[Python-Dev] Unittest PEP do's and don'ts (BDFL pronouncement) (original) (raw)

Andrew Bennetts andrew-pythondev at puzzling.org
Thu Jul 17 03:07:30 CEST 2008


Ben Finney wrote:

Andrew Bennetts <andrew-pythondev at puzzling.org> writes:

> This one is easily solved by making assertRaises return the > exception it caught. That breaks one simple feature of the unittest API: that all the test methods will either raise a failure asertion, or return None.

How is returning None a feature? I've never seen code that somehow depends on assertRaises returning None. This “feature” is not documented as being significant in the unittest module documentation anywhere. It is not mentioned anywhere in the eight pages of the xUnit Test Patterns book[1] dedicated to Assertion Methods in their general form. Where did you get the notion that it is a feature?

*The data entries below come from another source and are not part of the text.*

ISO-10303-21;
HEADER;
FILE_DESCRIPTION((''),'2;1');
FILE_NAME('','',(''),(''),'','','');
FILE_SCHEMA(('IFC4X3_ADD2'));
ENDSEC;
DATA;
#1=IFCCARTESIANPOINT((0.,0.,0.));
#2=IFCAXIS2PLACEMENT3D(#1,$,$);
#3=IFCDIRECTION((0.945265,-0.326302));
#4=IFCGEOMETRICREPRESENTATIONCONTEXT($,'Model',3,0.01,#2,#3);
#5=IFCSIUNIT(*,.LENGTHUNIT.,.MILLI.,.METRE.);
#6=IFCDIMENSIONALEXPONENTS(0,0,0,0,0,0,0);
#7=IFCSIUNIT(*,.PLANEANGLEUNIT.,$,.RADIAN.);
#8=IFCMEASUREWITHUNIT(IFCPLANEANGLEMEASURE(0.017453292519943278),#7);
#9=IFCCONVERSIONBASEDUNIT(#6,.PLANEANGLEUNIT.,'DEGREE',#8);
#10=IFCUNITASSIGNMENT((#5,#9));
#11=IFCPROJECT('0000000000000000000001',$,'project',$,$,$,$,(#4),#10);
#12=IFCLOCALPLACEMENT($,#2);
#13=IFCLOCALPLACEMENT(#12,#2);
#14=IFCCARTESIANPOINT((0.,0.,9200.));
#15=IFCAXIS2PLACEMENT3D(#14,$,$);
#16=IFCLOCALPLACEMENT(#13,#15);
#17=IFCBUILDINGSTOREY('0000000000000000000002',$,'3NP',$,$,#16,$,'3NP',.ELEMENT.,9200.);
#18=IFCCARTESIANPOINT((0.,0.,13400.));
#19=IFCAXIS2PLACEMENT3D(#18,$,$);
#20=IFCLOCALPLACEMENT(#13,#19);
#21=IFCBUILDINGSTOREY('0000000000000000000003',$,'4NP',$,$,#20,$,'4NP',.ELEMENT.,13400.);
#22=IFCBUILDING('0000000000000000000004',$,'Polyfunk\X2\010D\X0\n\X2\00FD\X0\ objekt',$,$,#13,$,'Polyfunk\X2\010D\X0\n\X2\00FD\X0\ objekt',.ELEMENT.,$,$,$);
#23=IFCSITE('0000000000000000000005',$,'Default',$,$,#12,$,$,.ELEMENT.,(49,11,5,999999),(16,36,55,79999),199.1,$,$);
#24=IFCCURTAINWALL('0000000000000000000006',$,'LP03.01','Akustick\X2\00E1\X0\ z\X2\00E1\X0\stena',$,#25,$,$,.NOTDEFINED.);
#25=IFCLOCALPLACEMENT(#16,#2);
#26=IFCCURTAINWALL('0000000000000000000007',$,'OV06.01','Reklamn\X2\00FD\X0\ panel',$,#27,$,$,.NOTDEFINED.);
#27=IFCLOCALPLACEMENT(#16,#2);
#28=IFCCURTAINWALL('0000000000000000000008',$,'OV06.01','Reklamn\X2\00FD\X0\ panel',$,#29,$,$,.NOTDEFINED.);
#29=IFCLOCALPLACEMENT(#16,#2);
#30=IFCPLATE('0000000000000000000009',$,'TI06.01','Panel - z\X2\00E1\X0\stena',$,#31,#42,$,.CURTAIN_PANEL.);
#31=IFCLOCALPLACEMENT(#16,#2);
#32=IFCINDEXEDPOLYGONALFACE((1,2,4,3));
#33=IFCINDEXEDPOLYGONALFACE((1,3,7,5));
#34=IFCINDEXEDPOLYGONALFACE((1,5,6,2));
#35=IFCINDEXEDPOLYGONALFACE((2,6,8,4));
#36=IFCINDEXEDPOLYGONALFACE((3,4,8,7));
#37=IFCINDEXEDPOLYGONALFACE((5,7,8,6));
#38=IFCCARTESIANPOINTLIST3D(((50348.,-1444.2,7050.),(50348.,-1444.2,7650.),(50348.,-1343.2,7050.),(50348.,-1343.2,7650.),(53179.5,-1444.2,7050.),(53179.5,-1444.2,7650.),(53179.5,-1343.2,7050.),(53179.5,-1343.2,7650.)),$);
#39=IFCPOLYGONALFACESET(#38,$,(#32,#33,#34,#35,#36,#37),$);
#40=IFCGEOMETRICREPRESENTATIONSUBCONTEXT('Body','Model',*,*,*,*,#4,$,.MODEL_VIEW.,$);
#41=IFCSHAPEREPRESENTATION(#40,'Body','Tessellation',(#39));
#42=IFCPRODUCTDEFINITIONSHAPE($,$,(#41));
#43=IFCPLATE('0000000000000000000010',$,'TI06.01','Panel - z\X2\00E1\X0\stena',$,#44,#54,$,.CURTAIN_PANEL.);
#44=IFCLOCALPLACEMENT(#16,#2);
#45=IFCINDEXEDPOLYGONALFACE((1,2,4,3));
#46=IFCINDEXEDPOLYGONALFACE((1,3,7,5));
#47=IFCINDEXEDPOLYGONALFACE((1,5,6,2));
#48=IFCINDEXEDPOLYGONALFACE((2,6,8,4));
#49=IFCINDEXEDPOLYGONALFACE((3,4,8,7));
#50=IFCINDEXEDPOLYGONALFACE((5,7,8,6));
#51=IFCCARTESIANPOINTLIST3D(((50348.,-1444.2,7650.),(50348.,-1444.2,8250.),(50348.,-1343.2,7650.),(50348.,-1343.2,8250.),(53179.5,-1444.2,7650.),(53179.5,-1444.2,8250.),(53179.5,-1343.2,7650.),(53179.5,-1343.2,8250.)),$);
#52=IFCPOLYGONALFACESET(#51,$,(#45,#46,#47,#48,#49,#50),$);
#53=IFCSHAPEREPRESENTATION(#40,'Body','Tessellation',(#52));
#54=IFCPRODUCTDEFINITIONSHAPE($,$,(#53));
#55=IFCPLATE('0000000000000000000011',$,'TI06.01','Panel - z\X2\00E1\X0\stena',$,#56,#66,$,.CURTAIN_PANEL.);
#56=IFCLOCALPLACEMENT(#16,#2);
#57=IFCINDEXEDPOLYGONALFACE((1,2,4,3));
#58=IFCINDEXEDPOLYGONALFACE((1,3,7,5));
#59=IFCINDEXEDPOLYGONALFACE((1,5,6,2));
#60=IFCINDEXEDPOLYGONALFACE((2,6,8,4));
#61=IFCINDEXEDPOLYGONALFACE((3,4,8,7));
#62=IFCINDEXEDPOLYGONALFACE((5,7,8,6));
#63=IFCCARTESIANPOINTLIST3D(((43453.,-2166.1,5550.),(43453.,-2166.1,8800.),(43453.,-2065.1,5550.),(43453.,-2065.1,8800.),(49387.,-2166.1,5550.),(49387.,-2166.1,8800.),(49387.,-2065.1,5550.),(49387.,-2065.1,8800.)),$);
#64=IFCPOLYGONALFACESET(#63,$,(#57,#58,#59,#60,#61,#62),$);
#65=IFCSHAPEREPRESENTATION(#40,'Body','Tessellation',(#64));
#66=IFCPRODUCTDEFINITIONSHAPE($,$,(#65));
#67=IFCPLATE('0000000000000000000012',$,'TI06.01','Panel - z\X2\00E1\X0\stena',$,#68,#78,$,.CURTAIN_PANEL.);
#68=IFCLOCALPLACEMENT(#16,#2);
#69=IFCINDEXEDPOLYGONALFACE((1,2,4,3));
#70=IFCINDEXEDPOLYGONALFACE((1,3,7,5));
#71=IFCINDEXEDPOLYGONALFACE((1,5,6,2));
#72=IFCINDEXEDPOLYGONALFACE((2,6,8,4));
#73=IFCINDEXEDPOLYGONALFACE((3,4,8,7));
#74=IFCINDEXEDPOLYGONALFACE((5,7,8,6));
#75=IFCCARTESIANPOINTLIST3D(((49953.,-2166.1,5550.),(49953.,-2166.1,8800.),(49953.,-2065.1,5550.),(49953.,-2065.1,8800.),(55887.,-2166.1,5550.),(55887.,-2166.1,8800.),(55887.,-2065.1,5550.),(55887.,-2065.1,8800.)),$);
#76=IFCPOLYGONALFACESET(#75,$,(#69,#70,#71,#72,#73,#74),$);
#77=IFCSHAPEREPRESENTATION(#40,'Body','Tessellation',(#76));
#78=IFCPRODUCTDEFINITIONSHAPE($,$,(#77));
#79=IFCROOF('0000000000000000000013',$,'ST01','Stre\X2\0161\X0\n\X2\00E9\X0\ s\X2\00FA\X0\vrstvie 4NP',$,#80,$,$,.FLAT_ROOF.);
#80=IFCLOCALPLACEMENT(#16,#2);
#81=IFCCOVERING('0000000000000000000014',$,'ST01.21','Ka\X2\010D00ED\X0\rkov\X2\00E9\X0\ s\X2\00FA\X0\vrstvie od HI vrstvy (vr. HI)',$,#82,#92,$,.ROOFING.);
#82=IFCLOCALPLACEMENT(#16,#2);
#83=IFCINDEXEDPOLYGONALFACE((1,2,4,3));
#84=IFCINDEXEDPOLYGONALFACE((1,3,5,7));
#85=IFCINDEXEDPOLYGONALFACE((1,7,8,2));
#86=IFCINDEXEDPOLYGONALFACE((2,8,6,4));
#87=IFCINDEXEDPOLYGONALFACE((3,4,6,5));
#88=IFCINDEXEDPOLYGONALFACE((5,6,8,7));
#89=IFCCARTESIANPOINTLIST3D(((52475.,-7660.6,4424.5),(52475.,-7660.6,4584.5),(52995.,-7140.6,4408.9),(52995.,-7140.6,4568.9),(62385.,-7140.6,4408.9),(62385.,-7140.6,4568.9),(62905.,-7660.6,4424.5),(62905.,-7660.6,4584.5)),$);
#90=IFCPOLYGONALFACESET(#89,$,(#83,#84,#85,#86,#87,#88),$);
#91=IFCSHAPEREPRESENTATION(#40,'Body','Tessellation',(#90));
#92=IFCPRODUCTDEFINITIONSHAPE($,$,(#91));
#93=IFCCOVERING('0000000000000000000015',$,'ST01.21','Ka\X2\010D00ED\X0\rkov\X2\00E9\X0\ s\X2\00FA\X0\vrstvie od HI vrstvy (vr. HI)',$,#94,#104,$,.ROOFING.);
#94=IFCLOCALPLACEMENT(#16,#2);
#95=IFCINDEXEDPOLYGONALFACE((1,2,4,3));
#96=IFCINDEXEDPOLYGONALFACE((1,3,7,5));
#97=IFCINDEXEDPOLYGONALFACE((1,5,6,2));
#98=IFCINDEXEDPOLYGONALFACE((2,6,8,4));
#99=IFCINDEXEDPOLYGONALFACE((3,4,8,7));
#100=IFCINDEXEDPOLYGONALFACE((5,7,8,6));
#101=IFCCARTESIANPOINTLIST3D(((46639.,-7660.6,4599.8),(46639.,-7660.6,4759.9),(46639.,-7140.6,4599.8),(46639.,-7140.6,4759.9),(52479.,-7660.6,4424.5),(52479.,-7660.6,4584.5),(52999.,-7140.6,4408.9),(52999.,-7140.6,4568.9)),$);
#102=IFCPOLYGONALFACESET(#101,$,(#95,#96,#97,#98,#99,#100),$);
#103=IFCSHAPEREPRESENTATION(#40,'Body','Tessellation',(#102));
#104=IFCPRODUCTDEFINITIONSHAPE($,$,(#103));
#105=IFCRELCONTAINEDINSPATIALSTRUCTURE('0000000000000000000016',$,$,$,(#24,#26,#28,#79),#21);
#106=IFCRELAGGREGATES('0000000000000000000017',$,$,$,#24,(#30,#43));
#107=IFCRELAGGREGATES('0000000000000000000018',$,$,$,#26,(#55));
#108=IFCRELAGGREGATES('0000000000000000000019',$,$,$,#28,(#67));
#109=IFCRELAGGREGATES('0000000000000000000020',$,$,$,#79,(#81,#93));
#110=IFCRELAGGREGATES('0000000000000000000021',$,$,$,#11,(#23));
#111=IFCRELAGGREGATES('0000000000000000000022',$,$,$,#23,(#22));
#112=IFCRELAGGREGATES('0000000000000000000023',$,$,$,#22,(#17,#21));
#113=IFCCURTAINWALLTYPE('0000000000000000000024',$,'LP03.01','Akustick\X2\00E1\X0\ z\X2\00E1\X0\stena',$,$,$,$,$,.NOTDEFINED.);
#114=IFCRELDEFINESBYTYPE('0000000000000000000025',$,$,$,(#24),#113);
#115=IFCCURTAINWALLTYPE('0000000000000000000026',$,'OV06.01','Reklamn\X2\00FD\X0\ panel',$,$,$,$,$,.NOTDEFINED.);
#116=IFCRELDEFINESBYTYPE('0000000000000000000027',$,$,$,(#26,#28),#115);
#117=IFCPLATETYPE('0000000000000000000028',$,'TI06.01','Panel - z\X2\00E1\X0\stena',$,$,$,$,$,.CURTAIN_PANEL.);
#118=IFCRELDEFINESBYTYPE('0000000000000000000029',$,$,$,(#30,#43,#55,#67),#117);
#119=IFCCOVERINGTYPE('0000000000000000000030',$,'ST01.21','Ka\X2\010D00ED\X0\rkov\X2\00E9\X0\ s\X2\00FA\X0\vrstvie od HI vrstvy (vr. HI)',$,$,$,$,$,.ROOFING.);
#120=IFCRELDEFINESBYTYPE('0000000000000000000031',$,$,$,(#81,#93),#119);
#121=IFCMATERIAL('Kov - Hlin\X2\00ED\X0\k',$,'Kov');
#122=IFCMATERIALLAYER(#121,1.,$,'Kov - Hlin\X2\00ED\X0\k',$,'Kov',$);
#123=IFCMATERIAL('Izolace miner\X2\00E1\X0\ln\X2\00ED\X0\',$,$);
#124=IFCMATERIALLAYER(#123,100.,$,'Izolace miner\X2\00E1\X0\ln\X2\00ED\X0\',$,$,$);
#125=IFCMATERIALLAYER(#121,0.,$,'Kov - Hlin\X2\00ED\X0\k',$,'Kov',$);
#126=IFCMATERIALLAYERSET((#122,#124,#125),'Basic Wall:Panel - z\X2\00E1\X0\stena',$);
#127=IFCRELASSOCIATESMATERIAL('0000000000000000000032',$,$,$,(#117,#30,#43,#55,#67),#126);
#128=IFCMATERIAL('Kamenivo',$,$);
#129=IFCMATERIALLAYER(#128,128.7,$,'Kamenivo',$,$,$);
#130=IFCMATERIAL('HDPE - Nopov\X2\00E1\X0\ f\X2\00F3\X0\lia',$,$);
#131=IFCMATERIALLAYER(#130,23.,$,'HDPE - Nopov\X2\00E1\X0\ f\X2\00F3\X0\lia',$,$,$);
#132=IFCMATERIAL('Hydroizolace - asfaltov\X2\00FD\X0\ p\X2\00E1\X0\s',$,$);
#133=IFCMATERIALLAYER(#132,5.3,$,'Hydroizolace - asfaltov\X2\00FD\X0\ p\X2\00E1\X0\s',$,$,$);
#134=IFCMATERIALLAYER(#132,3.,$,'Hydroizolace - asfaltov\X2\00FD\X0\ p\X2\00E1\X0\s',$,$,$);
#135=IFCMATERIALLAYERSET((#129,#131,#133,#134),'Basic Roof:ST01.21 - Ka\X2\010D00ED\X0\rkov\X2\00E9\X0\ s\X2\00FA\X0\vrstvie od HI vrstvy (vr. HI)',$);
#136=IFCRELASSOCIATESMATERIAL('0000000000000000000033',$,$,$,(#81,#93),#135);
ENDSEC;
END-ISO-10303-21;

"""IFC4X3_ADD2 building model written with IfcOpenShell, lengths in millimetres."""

from ifc_helpers import new_model, entity, si_unit, converted_unit, direction, frame, frame_2d, origin, place, context, subcontext, project, spatial, polyline, rectangle, outline, extrude, material, layer, layer_set, layer_usage, type_object, element, aggregate, save


model = new_model("IFC4X3_ADD2")

# Units and contexts
model_context = context("Model", 3, precision=0.01, world=origin(), true_north=direction((0.945265, -0.326302)))
body_context = subcontext(model_context, "Body", "Model", "MODEL_VIEW")
ifc_project = project(units=[si_unit("LENGTHUNIT", "METRE", prefix="MILLI"), converted_unit("PLANEANGLEUNIT", "DEGREE", entity("IfcPlaneAngleMeasure", 0.017453292519943278), si_unit("PLANEANGLEUNIT", "RADIAN"), dimensions=[0, 0, 0, 0, 0, 0, 0])], contexts=[model_context])

# Site, building, storey
site_placement = place(None, origin())
site = spatial("IfcSite", under=ifc_project, at=site_placement, Name="Default", CompositionType="ELEMENT", RefLatitude=(49, 11, 5, 999999), RefLongitude=(16, 36, 55, 79999), RefElevation=199.1)
building_placement = place(site_placement, origin())
building = spatial("IfcBuilding", under=site, at=building_placement, Name="Polyfunkčný objekt", LongName="Polyfunkčný objekt", CompositionType="ELEMENT")
storey_1_placement = place(building_placement, frame((0.0, 0.0, 9200.0)))
storey_1 = spatial("IfcBuildingStorey", under=building, at=storey_1_placement, Name="3NP", LongName="3NP", CompositionType="ELEMENT", Elevation=9200.0)

# Shared definitions
storey_2_placement = place(building_placement, frame((0.0, 0.0, 13400.0)))
storey_2 = spatial("IfcBuildingStorey", under=building, at=storey_2_placement, Name="4NP", LongName="4NP", CompositionType="ELEMENT", Elevation=13400.0)

# Curtain wall
curtain_wall_type_1 = type_object("IfcCurtainWallType", Name="LP03.01", Description="Akustická zástena", PredefinedType="NOTDEFINED")
curtain_wall_1_placement = place(storey_2_placement, frame((0.0, 0.0, -13400.0)))
curtain_wall_1 = element("IfcCurtainWall", 1, at=curtain_wall_1_placement, inside=storey_2, type_object=curtain_wall_type_1, Name="LP03.01", Description="Akustická zástena", PredefinedType="NOTDEFINED")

Further, I have lots of evidence that in practice returning the exception instance from assertRaises is not a problem, and is in fact quite useful.

I'd quote “Practicality beats purity”, but I'm not even sure if it is purity that you have in mind. Demanding that assertion methods return None seems like foolish consistency and dogma.

-Andrew.

[1] xUnit Test Patterns: Refactoring Test Code, by Gerard Meszaros. <http://xunitpatterns.com/>.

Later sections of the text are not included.